**** Material provided

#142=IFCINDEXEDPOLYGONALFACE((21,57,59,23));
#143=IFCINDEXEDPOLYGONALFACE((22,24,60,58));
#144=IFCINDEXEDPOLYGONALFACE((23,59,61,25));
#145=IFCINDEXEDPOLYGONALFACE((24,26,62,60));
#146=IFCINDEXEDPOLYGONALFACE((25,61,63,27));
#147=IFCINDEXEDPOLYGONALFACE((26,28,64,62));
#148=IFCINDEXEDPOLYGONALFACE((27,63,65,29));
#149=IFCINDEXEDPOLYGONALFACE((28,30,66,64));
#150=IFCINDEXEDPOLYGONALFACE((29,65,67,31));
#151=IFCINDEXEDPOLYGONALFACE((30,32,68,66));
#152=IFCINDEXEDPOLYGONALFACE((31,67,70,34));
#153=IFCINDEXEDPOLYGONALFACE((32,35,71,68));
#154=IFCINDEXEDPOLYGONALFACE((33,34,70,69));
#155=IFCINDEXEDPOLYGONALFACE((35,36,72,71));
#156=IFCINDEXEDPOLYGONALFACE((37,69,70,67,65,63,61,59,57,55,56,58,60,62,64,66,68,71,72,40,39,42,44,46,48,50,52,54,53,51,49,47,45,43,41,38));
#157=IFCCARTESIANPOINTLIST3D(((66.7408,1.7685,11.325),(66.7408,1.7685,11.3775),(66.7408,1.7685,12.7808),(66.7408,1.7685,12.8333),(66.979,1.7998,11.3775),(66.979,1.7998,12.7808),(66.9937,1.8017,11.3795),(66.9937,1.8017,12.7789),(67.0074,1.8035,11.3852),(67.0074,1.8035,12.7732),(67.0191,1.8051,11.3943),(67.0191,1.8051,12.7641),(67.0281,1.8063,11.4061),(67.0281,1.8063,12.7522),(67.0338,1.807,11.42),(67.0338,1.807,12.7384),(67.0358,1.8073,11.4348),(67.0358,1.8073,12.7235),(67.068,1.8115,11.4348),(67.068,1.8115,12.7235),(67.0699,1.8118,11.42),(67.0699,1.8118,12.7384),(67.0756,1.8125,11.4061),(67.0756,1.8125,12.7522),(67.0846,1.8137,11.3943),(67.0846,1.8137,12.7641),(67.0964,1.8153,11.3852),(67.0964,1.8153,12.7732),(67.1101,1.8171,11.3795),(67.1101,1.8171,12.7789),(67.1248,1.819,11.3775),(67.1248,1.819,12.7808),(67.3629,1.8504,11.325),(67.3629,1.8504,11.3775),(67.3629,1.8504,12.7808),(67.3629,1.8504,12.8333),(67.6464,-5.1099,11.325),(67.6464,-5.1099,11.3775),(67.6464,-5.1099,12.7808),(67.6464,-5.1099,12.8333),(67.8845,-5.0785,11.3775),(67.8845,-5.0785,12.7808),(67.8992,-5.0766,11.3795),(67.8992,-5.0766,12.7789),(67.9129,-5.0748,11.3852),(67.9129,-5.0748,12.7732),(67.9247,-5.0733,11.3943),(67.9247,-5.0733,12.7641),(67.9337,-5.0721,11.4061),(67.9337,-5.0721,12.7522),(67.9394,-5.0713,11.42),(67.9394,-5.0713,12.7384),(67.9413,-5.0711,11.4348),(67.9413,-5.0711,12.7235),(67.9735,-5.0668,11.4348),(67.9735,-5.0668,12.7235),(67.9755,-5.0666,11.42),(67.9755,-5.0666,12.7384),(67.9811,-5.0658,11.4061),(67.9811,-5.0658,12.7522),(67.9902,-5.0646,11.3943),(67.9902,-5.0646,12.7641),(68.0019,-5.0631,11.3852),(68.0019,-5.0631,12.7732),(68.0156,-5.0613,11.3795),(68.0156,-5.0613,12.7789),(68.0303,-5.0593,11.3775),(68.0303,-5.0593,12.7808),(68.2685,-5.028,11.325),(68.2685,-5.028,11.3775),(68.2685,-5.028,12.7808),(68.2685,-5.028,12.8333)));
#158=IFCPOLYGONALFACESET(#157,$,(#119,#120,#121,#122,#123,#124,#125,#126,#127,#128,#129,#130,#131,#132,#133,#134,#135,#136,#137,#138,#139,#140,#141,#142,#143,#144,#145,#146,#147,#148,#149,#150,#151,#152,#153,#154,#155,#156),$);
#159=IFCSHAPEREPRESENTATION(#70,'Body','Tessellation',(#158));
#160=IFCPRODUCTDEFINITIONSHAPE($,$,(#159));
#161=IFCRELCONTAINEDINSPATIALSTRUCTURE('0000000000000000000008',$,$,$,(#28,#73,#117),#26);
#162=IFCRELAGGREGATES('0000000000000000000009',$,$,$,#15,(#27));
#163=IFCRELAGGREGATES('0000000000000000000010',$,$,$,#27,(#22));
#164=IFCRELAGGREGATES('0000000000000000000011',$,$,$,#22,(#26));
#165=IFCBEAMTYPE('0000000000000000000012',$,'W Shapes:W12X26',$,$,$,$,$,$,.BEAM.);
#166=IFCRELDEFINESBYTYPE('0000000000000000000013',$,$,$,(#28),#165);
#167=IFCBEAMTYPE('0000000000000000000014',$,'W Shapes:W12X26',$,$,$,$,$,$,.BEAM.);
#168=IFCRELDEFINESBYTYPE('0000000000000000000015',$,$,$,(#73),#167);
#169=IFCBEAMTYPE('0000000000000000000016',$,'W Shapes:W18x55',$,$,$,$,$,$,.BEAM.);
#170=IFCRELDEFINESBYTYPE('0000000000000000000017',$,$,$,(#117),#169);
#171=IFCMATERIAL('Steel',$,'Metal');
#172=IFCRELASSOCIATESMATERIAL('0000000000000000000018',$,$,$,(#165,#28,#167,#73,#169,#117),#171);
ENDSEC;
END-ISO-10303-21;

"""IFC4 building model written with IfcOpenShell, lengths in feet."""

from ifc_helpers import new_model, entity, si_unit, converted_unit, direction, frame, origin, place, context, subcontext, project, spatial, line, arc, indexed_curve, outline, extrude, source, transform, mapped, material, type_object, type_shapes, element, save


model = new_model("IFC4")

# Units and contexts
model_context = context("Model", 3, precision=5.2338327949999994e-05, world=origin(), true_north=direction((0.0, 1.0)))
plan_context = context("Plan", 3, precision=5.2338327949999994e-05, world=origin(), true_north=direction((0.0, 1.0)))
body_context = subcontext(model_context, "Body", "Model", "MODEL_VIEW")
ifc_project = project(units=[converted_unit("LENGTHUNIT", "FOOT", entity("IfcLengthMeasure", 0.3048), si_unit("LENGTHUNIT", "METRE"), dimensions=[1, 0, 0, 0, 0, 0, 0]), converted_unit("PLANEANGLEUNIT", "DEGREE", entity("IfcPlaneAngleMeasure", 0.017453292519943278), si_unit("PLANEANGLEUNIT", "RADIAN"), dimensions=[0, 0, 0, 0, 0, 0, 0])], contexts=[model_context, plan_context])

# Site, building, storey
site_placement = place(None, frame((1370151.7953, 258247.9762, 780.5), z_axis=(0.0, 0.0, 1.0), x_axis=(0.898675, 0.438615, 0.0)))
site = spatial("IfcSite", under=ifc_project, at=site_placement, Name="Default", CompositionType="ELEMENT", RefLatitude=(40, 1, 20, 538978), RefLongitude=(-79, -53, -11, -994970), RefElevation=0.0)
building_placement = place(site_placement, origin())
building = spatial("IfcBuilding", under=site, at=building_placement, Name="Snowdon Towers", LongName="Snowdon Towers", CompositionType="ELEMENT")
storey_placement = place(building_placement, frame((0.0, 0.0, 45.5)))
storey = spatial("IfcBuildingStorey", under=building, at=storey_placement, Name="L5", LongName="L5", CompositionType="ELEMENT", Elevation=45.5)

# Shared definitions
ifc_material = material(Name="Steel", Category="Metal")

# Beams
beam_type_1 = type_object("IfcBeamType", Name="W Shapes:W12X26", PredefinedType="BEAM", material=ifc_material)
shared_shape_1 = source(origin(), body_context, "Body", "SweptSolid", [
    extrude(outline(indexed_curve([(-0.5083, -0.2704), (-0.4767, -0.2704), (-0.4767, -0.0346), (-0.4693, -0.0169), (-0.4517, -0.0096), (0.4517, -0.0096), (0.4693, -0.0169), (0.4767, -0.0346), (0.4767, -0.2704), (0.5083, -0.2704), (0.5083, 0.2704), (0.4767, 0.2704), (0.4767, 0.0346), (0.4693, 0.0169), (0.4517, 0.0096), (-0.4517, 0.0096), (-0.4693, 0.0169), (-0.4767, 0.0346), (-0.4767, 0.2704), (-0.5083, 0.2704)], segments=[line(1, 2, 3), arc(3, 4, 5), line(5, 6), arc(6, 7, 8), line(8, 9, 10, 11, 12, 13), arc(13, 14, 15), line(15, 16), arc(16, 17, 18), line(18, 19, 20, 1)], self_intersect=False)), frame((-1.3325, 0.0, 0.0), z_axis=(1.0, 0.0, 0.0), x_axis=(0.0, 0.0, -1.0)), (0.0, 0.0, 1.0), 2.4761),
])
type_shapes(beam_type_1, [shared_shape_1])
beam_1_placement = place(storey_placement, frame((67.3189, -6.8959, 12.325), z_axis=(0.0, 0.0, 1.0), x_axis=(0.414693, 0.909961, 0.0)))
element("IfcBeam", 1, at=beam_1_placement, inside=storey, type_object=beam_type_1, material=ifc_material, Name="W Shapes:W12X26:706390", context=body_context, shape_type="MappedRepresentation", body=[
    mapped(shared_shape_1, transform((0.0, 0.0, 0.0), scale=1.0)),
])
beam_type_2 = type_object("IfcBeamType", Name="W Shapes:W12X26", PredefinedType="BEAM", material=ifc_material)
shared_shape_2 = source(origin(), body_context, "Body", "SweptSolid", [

********

> [Instructions for the task]
Among the records, find the lines that contain "contexts" and copy each of them.

> [Result for this exercise]
# Units and contexts
ifc_project = project(units=[converted_unit("LENGTHUNIT", "FOOT", entity("IfcLengthMeasure", 0.3048), si_unit("LENGTHUNIT", "METRE"), dimensions=[1, 0, 0, 0, 0, 0, 0]), converted_unit("PLANEANGLEUNIT", "DEGREE", entity("IfcPlaneAngleMeasure", 0.017453292519943278), si_unit("PLANEANGLEUNIT", "RADIAN"), dimensions=[0, 0, 0, 0, 0, 0, 0])], contexts=[model_context, plan_context])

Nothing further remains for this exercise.